Sift the listing for lines that hold the string "plates" and pull them out.

SUPPLIED ENTRIES:
┏━━

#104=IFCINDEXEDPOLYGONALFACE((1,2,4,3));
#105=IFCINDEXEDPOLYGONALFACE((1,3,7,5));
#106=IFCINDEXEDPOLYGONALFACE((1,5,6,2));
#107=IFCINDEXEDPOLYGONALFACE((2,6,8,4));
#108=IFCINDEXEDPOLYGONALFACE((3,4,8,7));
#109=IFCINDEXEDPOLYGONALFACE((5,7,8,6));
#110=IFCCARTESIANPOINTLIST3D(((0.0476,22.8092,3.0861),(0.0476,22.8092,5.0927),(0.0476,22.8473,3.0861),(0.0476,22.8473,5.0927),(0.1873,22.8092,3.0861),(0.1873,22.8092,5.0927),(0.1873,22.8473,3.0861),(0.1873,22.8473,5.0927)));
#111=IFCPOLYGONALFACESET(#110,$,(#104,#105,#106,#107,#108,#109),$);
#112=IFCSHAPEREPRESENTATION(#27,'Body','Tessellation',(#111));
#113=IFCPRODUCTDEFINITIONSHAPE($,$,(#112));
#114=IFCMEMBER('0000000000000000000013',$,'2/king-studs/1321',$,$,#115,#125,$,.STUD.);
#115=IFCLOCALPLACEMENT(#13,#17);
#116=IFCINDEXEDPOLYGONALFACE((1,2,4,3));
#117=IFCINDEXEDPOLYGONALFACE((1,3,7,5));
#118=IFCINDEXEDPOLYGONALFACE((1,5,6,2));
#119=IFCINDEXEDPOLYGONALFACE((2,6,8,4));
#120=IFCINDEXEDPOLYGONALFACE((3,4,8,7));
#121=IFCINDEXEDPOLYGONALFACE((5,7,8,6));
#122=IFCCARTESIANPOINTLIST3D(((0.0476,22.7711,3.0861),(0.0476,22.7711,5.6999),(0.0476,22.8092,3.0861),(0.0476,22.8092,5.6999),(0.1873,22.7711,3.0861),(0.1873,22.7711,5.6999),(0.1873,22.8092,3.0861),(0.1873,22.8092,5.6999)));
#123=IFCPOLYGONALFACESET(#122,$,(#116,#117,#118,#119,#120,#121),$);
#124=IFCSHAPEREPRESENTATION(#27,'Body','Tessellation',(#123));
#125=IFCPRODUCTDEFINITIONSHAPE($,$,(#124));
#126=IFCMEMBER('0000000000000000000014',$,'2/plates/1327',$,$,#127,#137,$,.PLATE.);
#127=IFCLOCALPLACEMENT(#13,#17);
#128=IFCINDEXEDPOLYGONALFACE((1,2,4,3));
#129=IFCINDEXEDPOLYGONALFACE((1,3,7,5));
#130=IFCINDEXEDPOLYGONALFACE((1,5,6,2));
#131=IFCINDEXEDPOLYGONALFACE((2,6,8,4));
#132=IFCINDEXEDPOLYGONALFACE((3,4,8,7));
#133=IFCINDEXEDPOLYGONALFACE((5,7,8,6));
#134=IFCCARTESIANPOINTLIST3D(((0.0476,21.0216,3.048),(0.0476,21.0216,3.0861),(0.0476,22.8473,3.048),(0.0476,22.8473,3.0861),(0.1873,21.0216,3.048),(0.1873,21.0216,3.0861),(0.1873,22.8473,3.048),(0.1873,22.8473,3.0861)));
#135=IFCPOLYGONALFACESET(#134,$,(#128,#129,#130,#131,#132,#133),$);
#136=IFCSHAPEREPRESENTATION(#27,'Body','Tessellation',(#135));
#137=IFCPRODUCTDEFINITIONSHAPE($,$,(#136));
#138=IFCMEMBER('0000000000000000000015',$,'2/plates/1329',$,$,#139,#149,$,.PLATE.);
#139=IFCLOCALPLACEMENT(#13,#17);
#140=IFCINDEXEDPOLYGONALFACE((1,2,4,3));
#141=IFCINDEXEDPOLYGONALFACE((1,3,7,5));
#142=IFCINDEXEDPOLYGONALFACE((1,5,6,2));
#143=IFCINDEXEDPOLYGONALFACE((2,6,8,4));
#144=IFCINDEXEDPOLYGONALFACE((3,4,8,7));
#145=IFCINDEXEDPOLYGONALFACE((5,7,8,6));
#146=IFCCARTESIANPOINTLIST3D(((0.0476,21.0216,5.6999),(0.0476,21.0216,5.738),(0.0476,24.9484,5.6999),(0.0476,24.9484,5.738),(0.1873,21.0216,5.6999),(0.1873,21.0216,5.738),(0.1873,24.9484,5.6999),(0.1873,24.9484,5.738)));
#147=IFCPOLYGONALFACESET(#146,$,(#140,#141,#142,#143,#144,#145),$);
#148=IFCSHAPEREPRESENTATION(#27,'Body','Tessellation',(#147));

┗━━

EXERCISE RESULT:
#126=IFCMEMBER('0000000000000000000014',$,'2/plates/1327',$,$,#127,#137,$,.PLATE.);
#138=IFCMEMBER('0000000000000000000015',$,'2/plates/1329',$,$,#139,#149,$,.PLATE.);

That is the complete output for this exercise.